TRY IT -> Each line of the data below must be reproduced without any change.
Segment Start: DATA SUPPLIED
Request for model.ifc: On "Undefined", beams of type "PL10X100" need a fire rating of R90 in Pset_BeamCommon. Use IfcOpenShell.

First a look at what the model holds.

```python
import ifcopenshell
import ifcopenshell.util.element

model = ifcopenshell.open("model.ifc")
print(model.schema)
storey = next(s for s in model.by_type("IfcBuildingStorey") if s.Name == "Undefined")
beams = [e for e in ifcopenshell.util.element.get_decomposition(storey) if e.is_a("IfcBeam")]
seen = {}
for e in beams:
    element_type = ifcopenshell.util.element.get_type(e)
    key = (element_type.Name if element_type != e and element_type else None, ifcopenshell.util.element.get_pset(e, "Pset_BeamCommon", "FireRating"))
    seen[key] = seen.get(key, 0) + 1
for (name, value), count in sorted(seen.items(), key=str):
    print(count, "x", name, "|", value)
```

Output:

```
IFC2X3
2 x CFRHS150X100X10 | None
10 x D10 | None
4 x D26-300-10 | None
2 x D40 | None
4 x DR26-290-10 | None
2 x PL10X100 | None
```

```python
import ifcopenshell
import ifcopenshell.api.pset
import ifcopenshell.util.element

model = ifcopenshell.open("model.ifc")

storey = next(s for s in model.by_type("IfcBuildingStorey") if s.Name == "Undefined")
beams = [e for e in ifcopenshell.util.element.get_decomposition(storey) if e.is_a("IfcBeam")]

count = 0
for e in beams:
    element_type = ifcopenshell.util.element.get_type(e)
    if element_type in (None, e) or element_type.Name != "PL10X100":
        continue
    found = ifcopenshell.util.element.get_pset(e, "Pset_BeamCommon", should_inherit=False)
    if found:
        pset = model.by_id(found["id"])
        if len(ifcopenshell.util.element.get_elements_by_pset(pset)) > 1:
            pset = ifcopenshell.api.pset.unshare_pset(model, products=[e], pset=pset)[0]
    else:
        pset = ifcopenshell.api.pset.add_pset(model, product=e, name="Pset_BeamCommon")
    ifcopenshell.api.pset.edit_pset(model, pset=pset, properties={"FireRating": "R90"})
    count += 1

print(count, "beams updated")

model.write("model-out.ifc")
```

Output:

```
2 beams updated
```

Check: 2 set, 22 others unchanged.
Segment End: DATA SUPPLIED
EXPECTED OUTPUT ->
Request for model.ifc: On "Undefined", beams of type "PL10X100" need a fire rating of R90 in Pset_BeamCommon. Use IfcOpenShell.

First a look at what the model holds.

```python
import ifcopenshell
import ifcopenshell.util.element

model = ifcopenshell.open("model.ifc")
print(model.schema)
storey = next(s for s in model.by_type("IfcBuildingStorey") if s.Name == "Undefined")
beams = [e for e in ifcopenshell.util.element.get_decomposition(storey) if e.is_a("IfcBeam")]
seen = {}
for e in beams:
    element_type = ifcopenshell.util.element.get_type(e)
    key = (element_type.Name if element_type != e and element_type else None, ifcopenshell.util.element.get_pset(e, "Pset_BeamCommon", "FireRating"))
    seen[key] = seen.get(key, 0) + 1
for (name, value), count in sorted(seen.items(), key=str):
    print(count, "x", name, "|", value)
```

Output:

```
IFC2X3
2 x CFRHS150X100X10 | None
10 x D10 | None
4 x D26-300-10 | None
2 x D40 | None
4 x DR26-290-10 | None
2 x PL10X100 | None
```

```python
import ifcopenshell
import ifcopenshell.api.pset
import ifcopenshell.util.element

model = ifcopenshell.open("model.ifc")

storey = next(s for s in model.by_type("IfcBuildingStorey") if s.Name == "Undefined")
beams = [e for e in ifcopenshell.util.element.get_decomposition(storey) if e.is_a("IfcBeam")]

count = 0
for e in beams:
    element_type = ifcopenshell.util.element.get_type(e)
    if element_type in (None, e) or element_type.Name != "PL10X100":
        continue
    found = ifcopenshell.util.element.get_pset(e, "Pset_BeamCommon", should_inherit=False)
    if found:
        pset = model.by_id(found["id"])
        if len(ifcopenshell.util.element.get_elements_by_pset(pset)) > 1:
            pset = ifcopenshell.api.pset.unshare_pset(model, products=[e], pset=pset)[0]
    else:
        pset = ifcopenshell.api.pset.add_pset(model, product=e, name="Pset_BeamCommon")
    ifcopenshell.api.pset.edit_pset(model, pset=pset, properties={"FireRating": "R90"})
    count += 1

print(count, "beams updated")

model.write("model-out.ifc")
```

Output:

```
2 beams updated
```

Check: 2 set, 22 others unchanged.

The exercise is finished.